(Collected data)
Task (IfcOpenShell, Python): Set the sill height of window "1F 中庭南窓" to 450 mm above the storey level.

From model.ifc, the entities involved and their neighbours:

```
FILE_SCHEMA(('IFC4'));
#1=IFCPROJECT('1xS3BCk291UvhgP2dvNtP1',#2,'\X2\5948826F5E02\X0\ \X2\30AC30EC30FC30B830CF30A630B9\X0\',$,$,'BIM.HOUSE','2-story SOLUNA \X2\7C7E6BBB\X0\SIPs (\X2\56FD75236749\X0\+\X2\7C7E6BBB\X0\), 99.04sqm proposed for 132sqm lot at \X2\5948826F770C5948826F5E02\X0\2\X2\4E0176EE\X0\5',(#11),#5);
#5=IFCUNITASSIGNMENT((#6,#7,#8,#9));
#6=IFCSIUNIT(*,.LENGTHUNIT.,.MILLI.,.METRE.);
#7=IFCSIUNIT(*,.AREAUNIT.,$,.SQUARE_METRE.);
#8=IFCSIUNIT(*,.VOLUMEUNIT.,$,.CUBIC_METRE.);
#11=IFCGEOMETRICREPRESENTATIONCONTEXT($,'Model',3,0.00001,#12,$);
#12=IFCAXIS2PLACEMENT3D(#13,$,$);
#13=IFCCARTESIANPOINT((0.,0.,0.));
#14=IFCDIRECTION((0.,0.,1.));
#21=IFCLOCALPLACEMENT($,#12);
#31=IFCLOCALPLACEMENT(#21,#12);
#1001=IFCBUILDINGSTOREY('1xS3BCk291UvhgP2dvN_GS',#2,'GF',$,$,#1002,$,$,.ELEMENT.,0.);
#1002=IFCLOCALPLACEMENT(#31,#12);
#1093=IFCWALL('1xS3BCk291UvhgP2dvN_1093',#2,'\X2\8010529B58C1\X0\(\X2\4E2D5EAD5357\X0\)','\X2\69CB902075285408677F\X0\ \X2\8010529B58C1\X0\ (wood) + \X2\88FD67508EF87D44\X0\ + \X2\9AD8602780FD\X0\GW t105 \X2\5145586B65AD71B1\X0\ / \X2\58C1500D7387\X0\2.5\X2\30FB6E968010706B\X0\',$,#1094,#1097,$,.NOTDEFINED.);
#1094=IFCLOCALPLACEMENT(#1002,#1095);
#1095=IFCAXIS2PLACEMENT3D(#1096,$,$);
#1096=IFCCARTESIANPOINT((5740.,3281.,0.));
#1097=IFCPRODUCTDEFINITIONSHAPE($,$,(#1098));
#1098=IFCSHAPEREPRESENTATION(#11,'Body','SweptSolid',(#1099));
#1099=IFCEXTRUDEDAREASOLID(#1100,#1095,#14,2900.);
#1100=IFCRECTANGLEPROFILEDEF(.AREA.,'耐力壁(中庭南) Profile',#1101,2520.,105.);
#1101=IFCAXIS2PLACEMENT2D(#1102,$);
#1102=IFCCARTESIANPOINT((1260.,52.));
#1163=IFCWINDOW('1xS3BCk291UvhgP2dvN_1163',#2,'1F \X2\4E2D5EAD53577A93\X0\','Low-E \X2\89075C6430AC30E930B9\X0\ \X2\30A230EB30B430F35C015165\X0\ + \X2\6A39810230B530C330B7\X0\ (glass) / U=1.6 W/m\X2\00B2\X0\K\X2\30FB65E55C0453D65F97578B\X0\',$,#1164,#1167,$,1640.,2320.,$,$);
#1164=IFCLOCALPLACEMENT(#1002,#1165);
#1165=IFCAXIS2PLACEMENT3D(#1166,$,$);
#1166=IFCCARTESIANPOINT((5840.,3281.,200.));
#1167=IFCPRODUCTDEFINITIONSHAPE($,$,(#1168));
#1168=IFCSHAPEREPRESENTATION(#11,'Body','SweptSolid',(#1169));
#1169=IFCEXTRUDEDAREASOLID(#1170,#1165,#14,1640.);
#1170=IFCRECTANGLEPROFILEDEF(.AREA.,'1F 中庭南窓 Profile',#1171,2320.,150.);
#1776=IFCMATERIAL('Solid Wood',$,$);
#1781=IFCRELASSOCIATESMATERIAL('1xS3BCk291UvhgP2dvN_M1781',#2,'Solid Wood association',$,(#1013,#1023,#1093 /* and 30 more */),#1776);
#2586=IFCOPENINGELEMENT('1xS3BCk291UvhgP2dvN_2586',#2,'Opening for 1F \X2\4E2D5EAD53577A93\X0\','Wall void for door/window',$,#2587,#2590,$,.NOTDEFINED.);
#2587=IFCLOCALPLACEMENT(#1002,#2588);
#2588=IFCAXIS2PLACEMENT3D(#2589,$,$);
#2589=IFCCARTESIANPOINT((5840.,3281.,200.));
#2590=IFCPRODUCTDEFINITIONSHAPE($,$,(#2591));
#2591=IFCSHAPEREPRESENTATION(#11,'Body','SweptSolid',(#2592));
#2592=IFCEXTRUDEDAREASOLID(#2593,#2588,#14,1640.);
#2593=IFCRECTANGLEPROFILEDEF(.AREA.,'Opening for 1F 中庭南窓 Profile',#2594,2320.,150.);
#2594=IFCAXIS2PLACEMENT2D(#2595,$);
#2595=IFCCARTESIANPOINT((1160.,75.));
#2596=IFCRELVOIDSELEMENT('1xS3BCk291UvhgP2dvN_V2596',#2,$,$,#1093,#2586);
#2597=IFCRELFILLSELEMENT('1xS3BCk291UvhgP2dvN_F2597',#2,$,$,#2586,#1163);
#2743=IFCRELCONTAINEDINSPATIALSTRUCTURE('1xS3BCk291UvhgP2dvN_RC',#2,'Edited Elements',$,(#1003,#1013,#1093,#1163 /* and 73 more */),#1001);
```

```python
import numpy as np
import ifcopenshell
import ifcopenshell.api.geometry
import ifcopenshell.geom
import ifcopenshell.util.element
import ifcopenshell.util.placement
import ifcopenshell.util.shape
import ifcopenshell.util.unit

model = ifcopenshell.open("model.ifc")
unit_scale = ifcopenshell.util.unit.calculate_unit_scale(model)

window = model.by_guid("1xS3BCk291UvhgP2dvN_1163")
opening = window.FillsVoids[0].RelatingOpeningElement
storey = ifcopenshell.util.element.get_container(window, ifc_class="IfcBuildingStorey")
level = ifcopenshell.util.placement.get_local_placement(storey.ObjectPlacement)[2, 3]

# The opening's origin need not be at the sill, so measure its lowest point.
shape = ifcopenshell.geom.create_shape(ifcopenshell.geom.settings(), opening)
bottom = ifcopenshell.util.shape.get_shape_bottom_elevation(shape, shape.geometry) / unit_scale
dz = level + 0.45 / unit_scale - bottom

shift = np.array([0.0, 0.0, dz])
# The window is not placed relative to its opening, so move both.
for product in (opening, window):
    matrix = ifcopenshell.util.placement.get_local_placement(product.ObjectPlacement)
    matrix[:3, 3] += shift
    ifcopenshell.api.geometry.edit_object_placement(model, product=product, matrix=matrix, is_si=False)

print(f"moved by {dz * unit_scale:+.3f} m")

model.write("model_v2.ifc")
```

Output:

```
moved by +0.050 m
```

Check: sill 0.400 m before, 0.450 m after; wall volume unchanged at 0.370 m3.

==

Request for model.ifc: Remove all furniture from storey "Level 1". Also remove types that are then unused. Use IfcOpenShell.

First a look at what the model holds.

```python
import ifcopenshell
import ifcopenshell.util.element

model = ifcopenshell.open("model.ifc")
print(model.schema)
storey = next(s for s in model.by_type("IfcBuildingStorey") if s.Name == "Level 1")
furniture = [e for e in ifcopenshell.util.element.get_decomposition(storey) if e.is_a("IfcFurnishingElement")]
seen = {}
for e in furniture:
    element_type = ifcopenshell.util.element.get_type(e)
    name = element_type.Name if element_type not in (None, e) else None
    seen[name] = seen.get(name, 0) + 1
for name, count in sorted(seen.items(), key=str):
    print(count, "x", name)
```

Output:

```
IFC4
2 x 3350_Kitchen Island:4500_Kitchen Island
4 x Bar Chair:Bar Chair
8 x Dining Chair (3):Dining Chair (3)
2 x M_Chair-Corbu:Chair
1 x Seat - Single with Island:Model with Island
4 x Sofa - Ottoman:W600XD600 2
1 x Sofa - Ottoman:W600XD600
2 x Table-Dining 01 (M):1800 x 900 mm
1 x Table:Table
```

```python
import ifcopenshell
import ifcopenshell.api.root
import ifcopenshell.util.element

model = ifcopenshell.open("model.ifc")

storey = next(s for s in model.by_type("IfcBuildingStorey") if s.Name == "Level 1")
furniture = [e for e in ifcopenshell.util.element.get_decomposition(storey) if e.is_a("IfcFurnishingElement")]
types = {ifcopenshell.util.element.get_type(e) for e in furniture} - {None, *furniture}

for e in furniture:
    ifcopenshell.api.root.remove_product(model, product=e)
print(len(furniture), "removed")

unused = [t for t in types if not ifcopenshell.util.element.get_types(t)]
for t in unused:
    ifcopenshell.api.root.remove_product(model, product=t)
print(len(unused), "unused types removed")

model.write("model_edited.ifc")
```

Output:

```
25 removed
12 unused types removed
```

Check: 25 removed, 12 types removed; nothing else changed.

[Brief] List all lines above in which the string "IFCLOCALPLACEMENT" appears.

[Output of the task]
#21=IFCLOCALPLACEMENT($,#12);
#31=IFCLOCALPLACEMENT(#21,#12);
#1002=IFCLOCALPLACEMENT(#31,#12);
#1094=IFCLOCALPLACEMENT(#1002,#1095);
#1164=IFCLOCALPLACEMENT(#1002,#1165);
#2587=IFCLOCALPLACEMENT(#1002,#2588);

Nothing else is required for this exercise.